In de reagentia FeS en FeO zijn zwavel (S) en zuurstof (O) in verhouding tot ijzer (Fe) in de verhouding 2: 1. Zwaveloxide (SO) combineert 32 g zwavel met 16 g zuurstof, zodat zwavel en zuurstof in de verhouding 2: 1 zijn.
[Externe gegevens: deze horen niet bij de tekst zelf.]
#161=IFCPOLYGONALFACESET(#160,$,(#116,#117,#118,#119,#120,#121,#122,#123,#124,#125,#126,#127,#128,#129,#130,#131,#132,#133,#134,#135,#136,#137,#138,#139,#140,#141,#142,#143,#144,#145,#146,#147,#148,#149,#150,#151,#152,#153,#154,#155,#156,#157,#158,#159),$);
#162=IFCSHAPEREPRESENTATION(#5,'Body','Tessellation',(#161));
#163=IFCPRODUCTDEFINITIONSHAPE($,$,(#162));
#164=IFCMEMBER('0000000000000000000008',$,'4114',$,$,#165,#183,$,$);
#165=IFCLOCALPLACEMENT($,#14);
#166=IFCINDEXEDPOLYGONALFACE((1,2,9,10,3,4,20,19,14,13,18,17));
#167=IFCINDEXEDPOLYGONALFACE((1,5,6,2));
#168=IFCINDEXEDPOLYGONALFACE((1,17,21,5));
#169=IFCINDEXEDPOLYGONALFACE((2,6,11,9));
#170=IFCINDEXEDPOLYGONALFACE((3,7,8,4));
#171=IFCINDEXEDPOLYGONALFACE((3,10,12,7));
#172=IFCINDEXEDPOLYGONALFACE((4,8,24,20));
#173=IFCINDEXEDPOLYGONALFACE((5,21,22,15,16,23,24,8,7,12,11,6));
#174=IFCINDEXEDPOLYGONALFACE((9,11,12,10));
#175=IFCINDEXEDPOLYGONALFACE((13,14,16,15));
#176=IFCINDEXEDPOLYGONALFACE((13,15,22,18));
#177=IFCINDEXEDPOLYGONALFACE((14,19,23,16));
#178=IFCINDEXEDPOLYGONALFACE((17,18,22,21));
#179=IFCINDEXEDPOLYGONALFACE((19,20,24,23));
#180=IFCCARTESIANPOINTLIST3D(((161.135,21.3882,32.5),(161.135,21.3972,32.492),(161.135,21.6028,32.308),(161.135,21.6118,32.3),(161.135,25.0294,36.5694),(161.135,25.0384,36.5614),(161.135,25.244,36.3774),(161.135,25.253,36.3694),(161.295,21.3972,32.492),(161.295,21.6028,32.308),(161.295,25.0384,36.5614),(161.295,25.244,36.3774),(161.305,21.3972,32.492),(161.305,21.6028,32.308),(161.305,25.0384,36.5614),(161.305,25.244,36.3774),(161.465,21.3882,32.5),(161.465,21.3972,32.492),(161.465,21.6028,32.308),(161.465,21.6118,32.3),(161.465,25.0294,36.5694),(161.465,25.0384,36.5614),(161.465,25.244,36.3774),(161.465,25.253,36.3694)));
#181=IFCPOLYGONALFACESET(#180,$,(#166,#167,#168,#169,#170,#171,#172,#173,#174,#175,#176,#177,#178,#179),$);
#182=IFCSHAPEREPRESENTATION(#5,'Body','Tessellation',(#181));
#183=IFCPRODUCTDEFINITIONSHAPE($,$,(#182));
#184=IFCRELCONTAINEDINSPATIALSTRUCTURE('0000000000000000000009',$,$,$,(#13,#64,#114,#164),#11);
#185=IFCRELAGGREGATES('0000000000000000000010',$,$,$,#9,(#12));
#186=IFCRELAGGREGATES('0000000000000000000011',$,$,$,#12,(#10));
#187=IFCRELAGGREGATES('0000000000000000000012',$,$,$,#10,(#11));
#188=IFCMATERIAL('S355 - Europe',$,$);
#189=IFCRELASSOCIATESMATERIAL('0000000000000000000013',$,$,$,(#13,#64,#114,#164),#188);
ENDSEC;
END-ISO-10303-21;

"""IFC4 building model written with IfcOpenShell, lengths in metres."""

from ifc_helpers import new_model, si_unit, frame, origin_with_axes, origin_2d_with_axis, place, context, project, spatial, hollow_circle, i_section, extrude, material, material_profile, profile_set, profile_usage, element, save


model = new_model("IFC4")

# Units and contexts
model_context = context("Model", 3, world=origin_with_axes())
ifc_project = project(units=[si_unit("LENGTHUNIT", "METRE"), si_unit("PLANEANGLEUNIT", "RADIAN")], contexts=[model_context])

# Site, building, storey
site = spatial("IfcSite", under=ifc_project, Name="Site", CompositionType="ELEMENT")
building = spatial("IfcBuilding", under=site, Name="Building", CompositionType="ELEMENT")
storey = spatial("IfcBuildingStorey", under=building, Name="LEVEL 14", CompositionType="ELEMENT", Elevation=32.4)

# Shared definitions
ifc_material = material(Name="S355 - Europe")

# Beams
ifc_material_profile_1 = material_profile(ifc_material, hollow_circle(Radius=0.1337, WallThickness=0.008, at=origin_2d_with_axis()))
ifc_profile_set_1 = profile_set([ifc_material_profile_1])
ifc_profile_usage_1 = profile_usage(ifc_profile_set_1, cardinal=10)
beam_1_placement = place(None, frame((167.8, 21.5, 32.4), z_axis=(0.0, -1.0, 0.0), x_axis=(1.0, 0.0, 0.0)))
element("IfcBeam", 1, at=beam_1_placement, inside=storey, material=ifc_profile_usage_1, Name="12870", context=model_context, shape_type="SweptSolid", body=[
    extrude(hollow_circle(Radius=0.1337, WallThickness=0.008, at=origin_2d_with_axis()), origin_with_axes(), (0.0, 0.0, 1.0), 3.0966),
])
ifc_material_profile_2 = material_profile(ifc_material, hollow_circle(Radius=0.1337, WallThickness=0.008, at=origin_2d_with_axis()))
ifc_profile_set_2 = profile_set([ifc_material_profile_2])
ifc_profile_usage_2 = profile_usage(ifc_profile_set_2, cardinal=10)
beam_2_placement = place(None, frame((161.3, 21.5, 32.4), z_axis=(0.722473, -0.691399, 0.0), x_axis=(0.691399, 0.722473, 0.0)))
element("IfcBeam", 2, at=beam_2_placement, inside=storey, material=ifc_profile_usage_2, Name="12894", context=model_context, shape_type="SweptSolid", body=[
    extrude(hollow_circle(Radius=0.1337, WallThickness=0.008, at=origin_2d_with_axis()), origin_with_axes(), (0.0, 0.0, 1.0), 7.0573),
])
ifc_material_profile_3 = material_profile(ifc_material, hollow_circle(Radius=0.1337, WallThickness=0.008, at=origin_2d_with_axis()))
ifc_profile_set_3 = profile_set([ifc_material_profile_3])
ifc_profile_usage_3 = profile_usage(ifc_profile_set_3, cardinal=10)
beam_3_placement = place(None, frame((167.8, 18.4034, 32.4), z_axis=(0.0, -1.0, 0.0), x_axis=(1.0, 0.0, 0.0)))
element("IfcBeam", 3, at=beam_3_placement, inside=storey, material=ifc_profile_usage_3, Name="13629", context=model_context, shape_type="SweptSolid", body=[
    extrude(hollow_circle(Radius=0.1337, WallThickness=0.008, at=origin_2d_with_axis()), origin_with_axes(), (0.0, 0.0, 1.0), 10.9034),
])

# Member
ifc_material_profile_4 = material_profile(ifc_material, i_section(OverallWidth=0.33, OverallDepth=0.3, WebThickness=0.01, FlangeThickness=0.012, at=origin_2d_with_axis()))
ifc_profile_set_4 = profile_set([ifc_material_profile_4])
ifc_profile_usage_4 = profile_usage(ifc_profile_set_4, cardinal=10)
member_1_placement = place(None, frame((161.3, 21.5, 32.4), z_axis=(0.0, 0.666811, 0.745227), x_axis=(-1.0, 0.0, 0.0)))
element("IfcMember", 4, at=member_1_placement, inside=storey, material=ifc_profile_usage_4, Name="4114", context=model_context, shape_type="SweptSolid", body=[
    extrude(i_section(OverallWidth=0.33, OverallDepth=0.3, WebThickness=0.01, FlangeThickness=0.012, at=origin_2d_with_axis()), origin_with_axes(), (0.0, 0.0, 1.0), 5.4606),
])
Dit geeft aan dat de wet van wederzijdse verhoudingen of wet van Richter is vervuld.

De verhouding gevonden tussen zwavel en zuurstof in zwaveldioxide (2: 1), zou bijvoorbeeld kunnen worden gebruikt om te berekenen hoeveel zuurstof reageert met 15 g zwavel.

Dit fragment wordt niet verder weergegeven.